▶ **Your goal**
What is the number of lines in the data holding the word "more"? Give that number by itself.

BEGIN

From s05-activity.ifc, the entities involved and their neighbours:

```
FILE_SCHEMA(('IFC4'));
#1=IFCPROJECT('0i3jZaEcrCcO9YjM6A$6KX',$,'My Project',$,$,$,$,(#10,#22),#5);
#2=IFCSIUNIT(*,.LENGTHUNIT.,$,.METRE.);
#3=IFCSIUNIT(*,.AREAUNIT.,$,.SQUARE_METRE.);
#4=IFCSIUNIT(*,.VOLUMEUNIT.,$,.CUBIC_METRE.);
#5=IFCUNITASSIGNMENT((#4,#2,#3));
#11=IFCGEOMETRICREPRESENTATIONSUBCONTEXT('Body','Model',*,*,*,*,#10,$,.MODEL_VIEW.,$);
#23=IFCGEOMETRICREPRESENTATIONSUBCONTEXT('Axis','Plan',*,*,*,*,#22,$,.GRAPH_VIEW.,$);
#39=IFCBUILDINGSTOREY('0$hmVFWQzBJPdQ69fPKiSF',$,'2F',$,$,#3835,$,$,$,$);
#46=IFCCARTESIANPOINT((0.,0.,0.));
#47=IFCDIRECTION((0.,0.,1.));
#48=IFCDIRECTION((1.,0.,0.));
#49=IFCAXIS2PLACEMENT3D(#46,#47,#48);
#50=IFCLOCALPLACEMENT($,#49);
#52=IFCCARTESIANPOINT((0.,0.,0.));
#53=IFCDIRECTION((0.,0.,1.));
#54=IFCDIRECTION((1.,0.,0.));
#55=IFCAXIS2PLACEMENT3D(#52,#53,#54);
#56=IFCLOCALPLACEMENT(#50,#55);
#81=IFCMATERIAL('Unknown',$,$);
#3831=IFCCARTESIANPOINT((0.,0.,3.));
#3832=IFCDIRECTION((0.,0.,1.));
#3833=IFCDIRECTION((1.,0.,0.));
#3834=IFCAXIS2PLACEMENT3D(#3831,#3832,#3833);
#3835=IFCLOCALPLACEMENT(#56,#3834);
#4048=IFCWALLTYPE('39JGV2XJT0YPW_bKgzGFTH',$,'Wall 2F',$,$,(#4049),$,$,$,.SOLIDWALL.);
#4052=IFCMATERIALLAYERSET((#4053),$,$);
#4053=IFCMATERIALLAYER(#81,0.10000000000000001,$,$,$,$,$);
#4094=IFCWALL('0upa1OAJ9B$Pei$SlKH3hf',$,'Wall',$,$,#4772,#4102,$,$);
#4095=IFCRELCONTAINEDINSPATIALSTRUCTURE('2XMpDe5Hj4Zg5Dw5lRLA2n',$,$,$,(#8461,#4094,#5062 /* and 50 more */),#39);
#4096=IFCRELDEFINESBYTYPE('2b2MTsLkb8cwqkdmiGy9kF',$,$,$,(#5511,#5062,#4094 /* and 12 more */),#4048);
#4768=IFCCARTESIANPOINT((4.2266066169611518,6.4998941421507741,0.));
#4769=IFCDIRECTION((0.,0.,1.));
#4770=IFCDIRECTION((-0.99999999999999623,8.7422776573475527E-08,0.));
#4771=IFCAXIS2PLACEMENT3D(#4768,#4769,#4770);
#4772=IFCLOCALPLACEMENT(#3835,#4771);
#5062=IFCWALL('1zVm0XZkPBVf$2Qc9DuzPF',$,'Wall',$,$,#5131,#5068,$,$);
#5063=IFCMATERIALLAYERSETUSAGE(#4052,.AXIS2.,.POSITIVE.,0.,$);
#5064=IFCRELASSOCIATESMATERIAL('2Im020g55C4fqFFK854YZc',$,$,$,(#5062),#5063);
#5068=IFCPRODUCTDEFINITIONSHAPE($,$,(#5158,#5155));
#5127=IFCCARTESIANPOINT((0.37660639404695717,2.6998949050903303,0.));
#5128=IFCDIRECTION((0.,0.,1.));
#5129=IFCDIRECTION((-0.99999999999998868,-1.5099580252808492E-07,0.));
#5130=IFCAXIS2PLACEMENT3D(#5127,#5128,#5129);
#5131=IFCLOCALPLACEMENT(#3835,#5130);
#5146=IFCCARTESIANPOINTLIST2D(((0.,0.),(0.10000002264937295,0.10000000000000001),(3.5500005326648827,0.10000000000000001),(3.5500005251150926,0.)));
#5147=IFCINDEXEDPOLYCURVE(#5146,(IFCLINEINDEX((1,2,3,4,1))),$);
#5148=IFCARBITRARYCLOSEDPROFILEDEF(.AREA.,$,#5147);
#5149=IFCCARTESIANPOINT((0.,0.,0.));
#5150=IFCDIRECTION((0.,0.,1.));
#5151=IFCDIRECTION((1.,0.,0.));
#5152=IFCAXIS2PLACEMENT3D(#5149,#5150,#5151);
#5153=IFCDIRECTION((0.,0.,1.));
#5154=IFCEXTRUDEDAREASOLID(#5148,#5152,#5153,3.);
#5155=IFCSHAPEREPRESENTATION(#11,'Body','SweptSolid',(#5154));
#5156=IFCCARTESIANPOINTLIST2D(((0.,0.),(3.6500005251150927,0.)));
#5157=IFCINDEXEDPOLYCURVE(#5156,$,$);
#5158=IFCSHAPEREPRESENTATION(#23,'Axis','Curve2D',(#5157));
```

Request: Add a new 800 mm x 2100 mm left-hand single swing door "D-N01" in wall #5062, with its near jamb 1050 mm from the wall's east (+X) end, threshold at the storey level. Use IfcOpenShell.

```python
import numpy as np
import ifcopenshell
import ifcopenshell.api.feature
import ifcopenshell.api.geometry
import ifcopenshell.api.root
import ifcopenshell.api.spatial
import ifcopenshell.geom
import ifcopenshell.util.element
import ifcopenshell.util.placement
import ifcopenshell.util.representation
import ifcopenshell.util.shape
import ifcopenshell.util.unit

model = ifcopenshell.open("s05-activity.ifc")
unit_scale = ifcopenshell.util.unit.calculate_unit_scale(model)
settings = ifcopenshell.geom.settings()


def volume(element):
    """Net volume in cubic metres, openings subtracted."""
    shape = ifcopenshell.geom.create_shape(settings, element)
    return ifcopenshell.util.shape.get_volume(shape.geometry)


wall = model.by_id(5062)
storey = ifcopenshell.util.element.get_container(wall, ifc_class="IfcBuildingStorey")
context = ifcopenshell.util.representation.get_context(model, "Model", "Body", "MODEL_VIEW")
before = volume(wall)

width, height, from_end, sill = 0.8, 2.1, 1.05, 0.0  # metres

# The wall runs along its own X axis, and the end named is its -X end.
wall_shape = ifcopenshell.geom.create_shape(settings, wall)
x, y, z = ifcopenshell.util.shape.get_vertices(wall_shape.geometry).T
start = x.min() + from_end
face, thickness = float(y.min()), float(y.max() - y.min())
wall_matrix = ifcopenshell.util.placement.get_local_placement(wall.ObjectPlacement)
level = ifcopenshell.util.placement.get_local_placement(storey.ObjectPlacement)[2, 3]


def in_wall(x, y):
    """Placement at x, y metres in the wall's axes, at sill height."""
    matrix = wall_matrix.copy()
    matrix[:, 3] = wall_matrix @ np.array([x / unit_scale, y / unit_scale, 0.0, 1.0])
    matrix[2, 3] = level + sill / unit_scale
    return matrix


# Opening: a box that overshoots both wall faces by 50 mm.
opening = ifcopenshell.api.root.create_entity(model, ifc_class="IfcOpeningElement", predefined_type="OPENING")
box = ifcopenshell.api.geometry.add_wall_representation(
    model, context=context, length=width, height=height, thickness=thickness + 0.1
)
ifcopenshell.api.geometry.assign_representation(model, product=opening, representation=box)
ifcopenshell.api.geometry.edit_object_placement(model, product=opening, matrix=in_wall(start, face - 0.05), is_si=False)
ifcopenshell.api.feature.add_feature(model, feature=opening, element=wall)

door = ifcopenshell.api.root.create_entity(model, ifc_class="IfcDoor", name="D-N01", predefined_type="DOOR")
door.OverallWidth, door.OverallHeight = width / unit_scale, height / unit_scale
door.OperationType = "SINGLE_SWING_LEFT"
body = ifcopenshell.api.geometry.add_door_representation(
    model,
    context=context,
    overall_width=door.OverallWidth,
    overall_height=door.OverallHeight,
    operation_type="SINGLE_SWING_LEFT",
    lining_properties={"LiningDepth": thickness / unit_scale, "ThresholdDepth": thickness / unit_scale},
)
ifcopenshell.api.geometry.assign_representation(model, product=door, representation=body)
ifcopenshell.api.spatial.assign_container(model, products=[door], relating_structure=storey)
ifcopenshell.api.feature.add_filling(model, opening=opening, element=door)

# The lining spans the wall, so the door starts at the wall face.
ifcopenshell.api.geometry.edit_object_placement(model, product=door, matrix=in_wall(start, face), is_si=False)

after = volume(wall)

print(f"wall volume {before:.3f} -> {after:.3f} m3")

model.write("s05-activity_updated.ifc")
```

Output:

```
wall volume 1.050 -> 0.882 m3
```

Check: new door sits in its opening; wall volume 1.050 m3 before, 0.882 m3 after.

END

▶ **Answer space**
2